In the entries below, find each line with the string "IFCRELFILLSELEMENT" and copy it.

- [Saved entries]
┄┄┄┄┄┄┄┄┄┄┄┄┄┄┄┄┄┄┄┄

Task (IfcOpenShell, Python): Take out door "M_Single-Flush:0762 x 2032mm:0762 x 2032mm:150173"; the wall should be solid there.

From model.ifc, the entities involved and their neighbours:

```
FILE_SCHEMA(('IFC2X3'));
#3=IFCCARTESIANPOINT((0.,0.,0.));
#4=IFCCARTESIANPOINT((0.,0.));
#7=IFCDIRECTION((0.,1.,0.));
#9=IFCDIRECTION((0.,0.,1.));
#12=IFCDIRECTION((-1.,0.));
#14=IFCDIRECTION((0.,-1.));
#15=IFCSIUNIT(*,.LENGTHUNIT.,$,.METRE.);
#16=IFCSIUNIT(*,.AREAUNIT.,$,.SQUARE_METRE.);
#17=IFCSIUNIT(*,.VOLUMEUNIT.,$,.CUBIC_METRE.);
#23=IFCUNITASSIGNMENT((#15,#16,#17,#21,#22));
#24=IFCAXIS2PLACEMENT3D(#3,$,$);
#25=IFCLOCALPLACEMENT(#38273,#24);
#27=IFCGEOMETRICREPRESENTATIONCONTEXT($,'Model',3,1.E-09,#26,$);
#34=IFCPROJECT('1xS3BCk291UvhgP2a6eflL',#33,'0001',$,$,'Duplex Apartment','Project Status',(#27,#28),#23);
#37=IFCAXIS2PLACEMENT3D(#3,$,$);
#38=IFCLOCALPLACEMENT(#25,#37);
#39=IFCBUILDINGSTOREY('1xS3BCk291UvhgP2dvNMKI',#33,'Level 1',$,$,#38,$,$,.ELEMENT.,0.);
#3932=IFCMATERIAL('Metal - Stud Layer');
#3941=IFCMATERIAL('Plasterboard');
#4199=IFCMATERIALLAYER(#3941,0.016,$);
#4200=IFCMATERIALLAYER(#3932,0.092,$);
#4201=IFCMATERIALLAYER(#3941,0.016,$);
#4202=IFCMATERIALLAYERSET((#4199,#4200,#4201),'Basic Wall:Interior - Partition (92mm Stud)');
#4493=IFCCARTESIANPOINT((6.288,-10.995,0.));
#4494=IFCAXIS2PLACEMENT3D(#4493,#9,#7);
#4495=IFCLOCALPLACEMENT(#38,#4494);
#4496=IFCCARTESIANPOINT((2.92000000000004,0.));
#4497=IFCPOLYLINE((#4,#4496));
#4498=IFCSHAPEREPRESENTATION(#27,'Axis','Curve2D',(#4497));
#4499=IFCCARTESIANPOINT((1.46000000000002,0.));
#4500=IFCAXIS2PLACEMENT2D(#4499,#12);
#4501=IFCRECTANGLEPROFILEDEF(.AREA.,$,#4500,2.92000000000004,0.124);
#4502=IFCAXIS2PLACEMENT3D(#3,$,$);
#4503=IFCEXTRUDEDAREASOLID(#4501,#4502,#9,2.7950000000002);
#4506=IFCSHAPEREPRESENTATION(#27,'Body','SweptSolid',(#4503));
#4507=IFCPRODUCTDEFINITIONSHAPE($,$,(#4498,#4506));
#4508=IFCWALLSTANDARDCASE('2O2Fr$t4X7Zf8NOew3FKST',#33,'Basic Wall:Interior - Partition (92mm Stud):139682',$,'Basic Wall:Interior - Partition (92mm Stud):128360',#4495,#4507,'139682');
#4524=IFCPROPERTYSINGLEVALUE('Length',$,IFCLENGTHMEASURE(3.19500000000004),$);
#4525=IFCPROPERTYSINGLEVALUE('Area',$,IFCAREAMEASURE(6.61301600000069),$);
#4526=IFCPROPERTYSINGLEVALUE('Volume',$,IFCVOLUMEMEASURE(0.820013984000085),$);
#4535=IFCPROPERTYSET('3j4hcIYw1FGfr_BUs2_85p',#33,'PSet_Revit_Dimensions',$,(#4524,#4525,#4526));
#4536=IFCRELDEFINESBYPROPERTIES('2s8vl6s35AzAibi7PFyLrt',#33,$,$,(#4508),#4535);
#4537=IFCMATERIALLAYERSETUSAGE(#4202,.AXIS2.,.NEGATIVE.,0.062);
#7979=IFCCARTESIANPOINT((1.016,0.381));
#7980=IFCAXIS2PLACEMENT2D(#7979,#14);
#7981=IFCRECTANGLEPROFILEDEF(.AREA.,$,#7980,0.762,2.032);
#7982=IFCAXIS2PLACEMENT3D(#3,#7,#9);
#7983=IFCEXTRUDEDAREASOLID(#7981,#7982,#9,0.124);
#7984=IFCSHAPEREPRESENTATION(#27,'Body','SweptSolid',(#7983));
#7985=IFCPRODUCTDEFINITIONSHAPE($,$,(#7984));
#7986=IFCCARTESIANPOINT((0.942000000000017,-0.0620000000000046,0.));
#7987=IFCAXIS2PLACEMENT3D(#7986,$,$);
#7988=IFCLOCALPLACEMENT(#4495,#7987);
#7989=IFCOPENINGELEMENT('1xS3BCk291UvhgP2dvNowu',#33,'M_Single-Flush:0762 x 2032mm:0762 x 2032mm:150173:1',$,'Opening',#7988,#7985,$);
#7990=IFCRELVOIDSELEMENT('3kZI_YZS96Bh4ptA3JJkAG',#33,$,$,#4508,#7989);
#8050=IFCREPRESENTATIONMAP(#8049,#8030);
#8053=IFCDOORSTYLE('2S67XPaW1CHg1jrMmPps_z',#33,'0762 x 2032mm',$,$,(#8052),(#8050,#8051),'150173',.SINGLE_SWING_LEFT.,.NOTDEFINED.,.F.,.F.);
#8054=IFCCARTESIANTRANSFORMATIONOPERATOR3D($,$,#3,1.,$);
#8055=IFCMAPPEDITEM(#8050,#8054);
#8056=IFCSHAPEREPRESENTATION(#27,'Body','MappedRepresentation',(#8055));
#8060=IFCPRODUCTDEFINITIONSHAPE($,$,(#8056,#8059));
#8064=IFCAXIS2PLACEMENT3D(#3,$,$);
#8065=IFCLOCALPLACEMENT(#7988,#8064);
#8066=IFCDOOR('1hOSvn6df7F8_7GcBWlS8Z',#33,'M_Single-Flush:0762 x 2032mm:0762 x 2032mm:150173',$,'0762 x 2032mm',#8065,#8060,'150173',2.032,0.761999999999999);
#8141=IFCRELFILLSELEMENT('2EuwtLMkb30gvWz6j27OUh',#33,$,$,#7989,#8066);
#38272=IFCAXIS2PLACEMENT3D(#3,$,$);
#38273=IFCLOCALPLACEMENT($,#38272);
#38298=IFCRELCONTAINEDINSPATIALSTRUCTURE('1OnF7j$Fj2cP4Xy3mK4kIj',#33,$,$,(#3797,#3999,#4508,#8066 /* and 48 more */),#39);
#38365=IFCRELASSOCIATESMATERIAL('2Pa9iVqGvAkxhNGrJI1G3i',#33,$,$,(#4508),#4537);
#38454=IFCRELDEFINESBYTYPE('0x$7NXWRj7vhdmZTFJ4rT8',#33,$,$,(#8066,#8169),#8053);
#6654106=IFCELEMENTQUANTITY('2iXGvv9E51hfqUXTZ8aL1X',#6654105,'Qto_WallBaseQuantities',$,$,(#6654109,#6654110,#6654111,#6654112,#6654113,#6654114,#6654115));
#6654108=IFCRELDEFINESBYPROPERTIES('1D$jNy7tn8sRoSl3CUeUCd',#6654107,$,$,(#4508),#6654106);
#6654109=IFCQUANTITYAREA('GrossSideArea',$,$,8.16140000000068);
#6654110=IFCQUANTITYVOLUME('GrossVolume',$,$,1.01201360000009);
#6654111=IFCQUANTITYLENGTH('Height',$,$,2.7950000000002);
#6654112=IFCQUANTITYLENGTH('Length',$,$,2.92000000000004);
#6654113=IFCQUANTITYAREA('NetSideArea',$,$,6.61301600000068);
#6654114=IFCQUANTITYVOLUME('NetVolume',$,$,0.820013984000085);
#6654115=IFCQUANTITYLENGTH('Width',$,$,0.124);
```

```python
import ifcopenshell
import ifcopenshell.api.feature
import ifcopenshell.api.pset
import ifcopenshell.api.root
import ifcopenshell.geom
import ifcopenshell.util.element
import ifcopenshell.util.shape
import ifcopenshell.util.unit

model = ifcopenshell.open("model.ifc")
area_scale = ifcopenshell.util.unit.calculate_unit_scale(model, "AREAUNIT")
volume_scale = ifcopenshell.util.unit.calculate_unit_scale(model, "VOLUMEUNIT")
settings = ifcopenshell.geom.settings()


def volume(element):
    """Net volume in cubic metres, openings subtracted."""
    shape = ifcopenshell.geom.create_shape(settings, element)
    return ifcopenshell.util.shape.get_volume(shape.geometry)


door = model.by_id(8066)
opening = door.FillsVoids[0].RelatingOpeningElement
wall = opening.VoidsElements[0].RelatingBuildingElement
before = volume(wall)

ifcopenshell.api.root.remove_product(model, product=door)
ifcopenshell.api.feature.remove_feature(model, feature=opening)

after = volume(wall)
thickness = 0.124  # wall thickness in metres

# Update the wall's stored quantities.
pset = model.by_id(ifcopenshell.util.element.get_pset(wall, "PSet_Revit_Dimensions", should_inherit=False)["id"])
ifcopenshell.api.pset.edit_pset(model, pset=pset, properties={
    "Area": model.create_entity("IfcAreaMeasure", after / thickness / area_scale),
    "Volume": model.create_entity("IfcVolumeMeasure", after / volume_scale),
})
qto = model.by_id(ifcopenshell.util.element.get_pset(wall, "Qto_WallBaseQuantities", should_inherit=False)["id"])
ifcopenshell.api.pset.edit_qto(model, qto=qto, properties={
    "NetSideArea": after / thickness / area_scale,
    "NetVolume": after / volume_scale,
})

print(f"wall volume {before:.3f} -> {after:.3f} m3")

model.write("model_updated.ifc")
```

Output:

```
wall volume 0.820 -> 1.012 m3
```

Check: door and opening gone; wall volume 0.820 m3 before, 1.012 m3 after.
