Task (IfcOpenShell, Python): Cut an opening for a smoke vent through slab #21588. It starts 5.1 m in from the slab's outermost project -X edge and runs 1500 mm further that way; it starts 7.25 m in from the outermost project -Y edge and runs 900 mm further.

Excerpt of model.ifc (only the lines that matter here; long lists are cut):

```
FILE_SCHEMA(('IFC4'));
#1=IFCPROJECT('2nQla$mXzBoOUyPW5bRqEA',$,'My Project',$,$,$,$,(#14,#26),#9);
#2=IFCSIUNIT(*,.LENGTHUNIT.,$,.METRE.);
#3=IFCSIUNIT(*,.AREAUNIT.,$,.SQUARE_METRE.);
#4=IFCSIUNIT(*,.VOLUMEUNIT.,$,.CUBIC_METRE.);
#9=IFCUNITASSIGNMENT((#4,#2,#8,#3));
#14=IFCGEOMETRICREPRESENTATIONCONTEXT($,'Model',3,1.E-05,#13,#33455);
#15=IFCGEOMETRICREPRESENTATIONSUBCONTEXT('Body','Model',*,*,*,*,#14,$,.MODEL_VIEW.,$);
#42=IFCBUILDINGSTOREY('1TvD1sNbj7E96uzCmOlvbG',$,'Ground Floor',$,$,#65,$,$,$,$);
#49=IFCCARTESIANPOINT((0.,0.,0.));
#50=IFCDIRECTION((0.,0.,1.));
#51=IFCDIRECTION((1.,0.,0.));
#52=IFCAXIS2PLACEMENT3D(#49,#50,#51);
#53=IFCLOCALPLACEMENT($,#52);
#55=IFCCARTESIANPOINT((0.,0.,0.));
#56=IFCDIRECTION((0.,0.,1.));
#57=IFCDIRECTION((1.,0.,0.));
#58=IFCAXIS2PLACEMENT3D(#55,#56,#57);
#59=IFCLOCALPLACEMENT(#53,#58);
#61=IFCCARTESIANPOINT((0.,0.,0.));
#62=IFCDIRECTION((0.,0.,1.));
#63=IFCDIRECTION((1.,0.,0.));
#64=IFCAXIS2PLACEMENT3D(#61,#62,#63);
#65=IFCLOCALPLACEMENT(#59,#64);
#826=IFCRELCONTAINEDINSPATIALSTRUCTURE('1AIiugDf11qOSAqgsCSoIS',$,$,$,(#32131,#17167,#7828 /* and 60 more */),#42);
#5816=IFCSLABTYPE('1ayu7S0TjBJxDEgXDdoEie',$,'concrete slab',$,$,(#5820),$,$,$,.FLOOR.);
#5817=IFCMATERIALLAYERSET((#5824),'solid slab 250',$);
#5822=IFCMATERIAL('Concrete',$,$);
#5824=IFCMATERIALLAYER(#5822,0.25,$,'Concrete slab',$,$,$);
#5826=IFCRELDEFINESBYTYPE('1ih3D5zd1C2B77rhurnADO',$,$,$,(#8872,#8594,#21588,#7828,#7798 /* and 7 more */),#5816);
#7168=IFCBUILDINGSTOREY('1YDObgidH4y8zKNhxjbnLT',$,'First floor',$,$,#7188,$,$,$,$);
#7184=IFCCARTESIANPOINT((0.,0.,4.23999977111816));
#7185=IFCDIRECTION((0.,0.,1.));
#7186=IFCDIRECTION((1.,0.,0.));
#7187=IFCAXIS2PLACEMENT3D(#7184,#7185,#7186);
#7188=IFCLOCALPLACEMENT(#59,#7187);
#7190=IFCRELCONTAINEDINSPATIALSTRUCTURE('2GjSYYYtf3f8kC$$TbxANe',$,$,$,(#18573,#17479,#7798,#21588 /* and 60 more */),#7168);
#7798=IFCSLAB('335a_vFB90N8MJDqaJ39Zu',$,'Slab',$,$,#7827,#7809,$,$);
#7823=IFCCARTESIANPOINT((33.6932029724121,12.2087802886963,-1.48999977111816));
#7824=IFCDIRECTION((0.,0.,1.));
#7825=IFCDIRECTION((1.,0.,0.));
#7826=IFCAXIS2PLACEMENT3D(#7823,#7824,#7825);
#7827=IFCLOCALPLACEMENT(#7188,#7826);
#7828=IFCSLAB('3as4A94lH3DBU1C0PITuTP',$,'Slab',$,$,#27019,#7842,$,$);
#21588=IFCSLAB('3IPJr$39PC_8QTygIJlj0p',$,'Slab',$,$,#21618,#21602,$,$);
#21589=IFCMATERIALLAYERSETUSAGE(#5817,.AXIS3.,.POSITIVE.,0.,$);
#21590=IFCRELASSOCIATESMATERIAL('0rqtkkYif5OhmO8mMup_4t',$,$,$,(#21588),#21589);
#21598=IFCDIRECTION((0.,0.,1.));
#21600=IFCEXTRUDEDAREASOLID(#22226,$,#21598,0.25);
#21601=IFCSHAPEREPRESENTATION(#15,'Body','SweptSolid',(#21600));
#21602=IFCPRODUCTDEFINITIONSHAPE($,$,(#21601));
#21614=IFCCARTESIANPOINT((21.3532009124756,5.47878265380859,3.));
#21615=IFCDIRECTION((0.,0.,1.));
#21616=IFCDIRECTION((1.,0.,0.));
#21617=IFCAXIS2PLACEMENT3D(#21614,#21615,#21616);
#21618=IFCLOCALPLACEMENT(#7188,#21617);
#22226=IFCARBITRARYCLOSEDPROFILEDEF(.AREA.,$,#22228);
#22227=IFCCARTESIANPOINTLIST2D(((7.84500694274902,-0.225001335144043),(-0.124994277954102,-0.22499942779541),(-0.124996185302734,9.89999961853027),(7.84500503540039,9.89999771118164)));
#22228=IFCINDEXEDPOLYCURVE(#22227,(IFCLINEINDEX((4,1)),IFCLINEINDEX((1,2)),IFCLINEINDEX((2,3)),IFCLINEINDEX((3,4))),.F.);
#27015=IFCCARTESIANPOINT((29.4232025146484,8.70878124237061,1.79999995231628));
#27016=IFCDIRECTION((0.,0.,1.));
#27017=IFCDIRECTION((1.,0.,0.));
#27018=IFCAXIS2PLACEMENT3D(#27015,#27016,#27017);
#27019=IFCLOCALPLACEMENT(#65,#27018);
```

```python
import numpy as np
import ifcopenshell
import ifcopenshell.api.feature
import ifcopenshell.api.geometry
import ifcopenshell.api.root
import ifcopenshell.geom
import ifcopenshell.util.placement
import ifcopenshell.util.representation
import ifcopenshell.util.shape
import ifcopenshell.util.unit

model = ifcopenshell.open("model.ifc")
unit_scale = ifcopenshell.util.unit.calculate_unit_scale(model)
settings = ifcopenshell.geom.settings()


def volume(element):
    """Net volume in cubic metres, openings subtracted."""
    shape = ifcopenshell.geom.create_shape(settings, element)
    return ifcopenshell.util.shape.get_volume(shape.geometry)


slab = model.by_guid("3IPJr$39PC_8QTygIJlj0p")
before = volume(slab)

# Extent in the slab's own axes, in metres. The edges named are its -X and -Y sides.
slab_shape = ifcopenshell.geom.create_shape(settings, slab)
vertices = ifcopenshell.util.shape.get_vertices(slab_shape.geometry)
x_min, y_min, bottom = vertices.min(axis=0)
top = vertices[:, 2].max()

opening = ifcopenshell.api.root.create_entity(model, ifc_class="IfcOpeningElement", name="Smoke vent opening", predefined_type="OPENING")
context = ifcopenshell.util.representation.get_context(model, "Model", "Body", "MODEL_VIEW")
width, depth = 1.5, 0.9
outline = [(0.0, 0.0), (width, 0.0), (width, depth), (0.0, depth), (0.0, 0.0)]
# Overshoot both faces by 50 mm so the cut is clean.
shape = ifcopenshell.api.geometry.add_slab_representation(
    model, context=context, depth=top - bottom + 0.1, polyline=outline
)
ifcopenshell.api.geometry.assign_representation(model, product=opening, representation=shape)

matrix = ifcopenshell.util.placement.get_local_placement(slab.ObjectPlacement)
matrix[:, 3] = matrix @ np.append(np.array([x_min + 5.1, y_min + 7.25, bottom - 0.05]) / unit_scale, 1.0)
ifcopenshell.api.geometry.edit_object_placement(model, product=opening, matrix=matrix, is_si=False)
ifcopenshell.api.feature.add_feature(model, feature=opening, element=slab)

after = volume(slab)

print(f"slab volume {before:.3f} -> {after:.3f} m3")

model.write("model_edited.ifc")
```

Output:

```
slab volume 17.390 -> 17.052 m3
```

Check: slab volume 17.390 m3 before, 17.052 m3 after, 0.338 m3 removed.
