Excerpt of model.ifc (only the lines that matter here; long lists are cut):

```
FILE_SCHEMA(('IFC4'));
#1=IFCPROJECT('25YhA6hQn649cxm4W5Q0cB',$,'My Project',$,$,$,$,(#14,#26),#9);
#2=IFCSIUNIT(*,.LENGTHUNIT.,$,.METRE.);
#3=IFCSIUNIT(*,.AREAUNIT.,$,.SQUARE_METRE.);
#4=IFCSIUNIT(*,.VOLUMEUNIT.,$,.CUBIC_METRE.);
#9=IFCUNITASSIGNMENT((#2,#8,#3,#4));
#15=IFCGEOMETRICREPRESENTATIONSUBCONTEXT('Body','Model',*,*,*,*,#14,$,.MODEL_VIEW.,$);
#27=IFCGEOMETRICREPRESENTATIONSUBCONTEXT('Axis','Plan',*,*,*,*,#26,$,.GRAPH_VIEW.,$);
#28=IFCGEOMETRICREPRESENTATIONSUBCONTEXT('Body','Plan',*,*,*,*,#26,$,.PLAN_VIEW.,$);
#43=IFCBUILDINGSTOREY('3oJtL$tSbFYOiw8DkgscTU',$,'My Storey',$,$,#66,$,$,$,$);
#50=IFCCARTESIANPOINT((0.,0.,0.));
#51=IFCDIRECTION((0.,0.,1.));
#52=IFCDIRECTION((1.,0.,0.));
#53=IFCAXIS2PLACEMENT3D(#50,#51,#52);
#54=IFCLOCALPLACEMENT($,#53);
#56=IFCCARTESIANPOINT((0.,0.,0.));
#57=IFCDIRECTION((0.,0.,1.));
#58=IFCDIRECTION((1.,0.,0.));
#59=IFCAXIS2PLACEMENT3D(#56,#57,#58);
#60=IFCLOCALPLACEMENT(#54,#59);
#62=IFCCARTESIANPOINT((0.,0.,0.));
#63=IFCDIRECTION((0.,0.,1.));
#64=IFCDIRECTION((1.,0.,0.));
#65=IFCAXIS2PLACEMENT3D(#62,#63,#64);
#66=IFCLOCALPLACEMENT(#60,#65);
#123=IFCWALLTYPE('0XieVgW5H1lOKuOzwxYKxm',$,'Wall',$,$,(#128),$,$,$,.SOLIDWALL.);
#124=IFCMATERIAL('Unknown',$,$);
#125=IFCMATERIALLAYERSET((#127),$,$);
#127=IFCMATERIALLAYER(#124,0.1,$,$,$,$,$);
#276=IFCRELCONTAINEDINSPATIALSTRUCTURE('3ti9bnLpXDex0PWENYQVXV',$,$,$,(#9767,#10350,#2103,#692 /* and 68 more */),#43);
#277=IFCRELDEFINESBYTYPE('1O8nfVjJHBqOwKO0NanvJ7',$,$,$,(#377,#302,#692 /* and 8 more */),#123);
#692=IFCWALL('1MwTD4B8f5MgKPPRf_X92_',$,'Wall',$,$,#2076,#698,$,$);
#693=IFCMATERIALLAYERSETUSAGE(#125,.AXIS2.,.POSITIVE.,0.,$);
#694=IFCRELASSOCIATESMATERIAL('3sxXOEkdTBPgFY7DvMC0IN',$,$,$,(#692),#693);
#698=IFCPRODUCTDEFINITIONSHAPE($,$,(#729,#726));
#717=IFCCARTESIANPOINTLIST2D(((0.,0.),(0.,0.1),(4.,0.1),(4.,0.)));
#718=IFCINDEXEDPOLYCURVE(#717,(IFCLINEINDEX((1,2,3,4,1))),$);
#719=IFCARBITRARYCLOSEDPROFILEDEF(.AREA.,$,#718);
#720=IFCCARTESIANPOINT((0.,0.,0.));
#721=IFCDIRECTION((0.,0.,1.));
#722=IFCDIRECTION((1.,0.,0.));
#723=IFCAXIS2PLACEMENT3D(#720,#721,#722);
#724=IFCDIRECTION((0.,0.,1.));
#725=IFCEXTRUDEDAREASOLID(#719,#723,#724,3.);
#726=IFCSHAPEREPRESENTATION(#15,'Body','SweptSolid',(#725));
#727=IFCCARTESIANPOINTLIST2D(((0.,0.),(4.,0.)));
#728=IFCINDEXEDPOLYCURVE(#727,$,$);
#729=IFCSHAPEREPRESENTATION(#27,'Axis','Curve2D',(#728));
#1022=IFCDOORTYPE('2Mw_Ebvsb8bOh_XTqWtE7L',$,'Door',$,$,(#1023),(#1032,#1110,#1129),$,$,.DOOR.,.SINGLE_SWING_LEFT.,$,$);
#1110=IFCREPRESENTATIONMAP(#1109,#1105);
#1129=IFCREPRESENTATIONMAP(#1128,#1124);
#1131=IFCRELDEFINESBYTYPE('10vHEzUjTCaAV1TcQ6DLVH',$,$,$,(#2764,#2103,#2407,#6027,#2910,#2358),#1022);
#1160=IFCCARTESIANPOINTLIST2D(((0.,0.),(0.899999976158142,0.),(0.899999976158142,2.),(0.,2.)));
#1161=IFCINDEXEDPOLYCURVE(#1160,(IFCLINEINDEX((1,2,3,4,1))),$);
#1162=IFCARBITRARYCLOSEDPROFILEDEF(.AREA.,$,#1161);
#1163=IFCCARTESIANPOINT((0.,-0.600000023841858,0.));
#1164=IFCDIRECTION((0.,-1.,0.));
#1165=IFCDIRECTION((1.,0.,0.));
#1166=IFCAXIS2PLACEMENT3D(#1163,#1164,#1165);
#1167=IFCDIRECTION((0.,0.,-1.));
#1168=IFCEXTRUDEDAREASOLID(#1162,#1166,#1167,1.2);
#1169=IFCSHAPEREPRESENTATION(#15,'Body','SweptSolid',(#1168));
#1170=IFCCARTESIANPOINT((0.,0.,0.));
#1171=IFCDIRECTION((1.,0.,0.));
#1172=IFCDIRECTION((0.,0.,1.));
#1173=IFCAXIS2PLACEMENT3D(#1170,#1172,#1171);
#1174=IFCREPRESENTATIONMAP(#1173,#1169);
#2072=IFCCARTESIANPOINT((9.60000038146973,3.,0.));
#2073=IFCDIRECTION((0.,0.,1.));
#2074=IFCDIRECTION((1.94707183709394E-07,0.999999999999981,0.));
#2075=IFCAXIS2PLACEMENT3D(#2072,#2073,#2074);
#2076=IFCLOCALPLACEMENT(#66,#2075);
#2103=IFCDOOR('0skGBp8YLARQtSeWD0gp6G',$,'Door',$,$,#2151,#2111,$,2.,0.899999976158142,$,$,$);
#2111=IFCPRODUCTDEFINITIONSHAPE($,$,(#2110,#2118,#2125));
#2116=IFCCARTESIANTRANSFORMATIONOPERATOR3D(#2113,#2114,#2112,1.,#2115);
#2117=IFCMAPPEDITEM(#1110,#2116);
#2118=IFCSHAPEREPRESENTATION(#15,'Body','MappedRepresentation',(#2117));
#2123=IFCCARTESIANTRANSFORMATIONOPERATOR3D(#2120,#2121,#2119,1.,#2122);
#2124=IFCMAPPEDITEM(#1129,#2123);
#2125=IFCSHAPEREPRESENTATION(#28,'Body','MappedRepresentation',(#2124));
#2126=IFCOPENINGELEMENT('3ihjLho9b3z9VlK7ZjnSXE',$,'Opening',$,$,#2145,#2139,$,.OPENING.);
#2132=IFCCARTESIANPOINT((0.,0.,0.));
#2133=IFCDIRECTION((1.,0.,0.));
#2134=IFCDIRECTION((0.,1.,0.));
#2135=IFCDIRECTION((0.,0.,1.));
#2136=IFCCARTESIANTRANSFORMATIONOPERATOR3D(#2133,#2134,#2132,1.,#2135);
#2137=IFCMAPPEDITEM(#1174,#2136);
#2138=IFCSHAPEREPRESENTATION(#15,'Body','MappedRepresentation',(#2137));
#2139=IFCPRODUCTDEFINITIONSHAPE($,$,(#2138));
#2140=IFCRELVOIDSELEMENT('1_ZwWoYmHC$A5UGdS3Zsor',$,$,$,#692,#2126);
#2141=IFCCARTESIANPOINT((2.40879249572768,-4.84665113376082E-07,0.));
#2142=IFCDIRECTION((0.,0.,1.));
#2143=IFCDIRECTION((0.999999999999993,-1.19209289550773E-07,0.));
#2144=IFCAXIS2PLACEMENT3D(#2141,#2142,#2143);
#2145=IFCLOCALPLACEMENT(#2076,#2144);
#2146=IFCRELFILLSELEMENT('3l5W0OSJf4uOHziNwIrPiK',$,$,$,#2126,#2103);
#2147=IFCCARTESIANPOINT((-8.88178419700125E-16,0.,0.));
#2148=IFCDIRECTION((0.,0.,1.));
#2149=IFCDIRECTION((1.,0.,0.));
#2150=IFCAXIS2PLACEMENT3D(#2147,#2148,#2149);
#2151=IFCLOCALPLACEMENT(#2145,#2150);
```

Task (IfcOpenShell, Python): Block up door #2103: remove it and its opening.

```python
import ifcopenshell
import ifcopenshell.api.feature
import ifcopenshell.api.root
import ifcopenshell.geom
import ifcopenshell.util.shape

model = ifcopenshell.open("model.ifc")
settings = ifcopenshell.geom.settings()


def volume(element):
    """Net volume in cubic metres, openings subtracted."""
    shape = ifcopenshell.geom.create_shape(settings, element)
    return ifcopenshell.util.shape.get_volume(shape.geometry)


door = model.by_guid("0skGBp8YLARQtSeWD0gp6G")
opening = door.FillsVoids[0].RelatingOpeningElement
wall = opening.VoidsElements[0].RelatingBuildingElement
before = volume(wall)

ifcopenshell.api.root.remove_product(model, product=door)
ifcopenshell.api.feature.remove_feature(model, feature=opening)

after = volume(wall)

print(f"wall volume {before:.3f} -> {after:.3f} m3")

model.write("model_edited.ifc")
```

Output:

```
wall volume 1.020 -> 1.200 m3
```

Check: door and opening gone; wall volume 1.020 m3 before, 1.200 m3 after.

┄┄┄┄┄┄┄┄┄┄┄┄┄┄┄┄┄┄┄┄

- [TASK SOLUTION]
#8141=IFCRELFILLSELEMENT('2EuwtLMkb30gvWz6j27OUh',#33,$,$,#7989,#8066);
#2146=IFCRELFILLSELEMENT('3l5W0OSJf4uOHziNwIrPiK',$,$,$,#2126,#2103);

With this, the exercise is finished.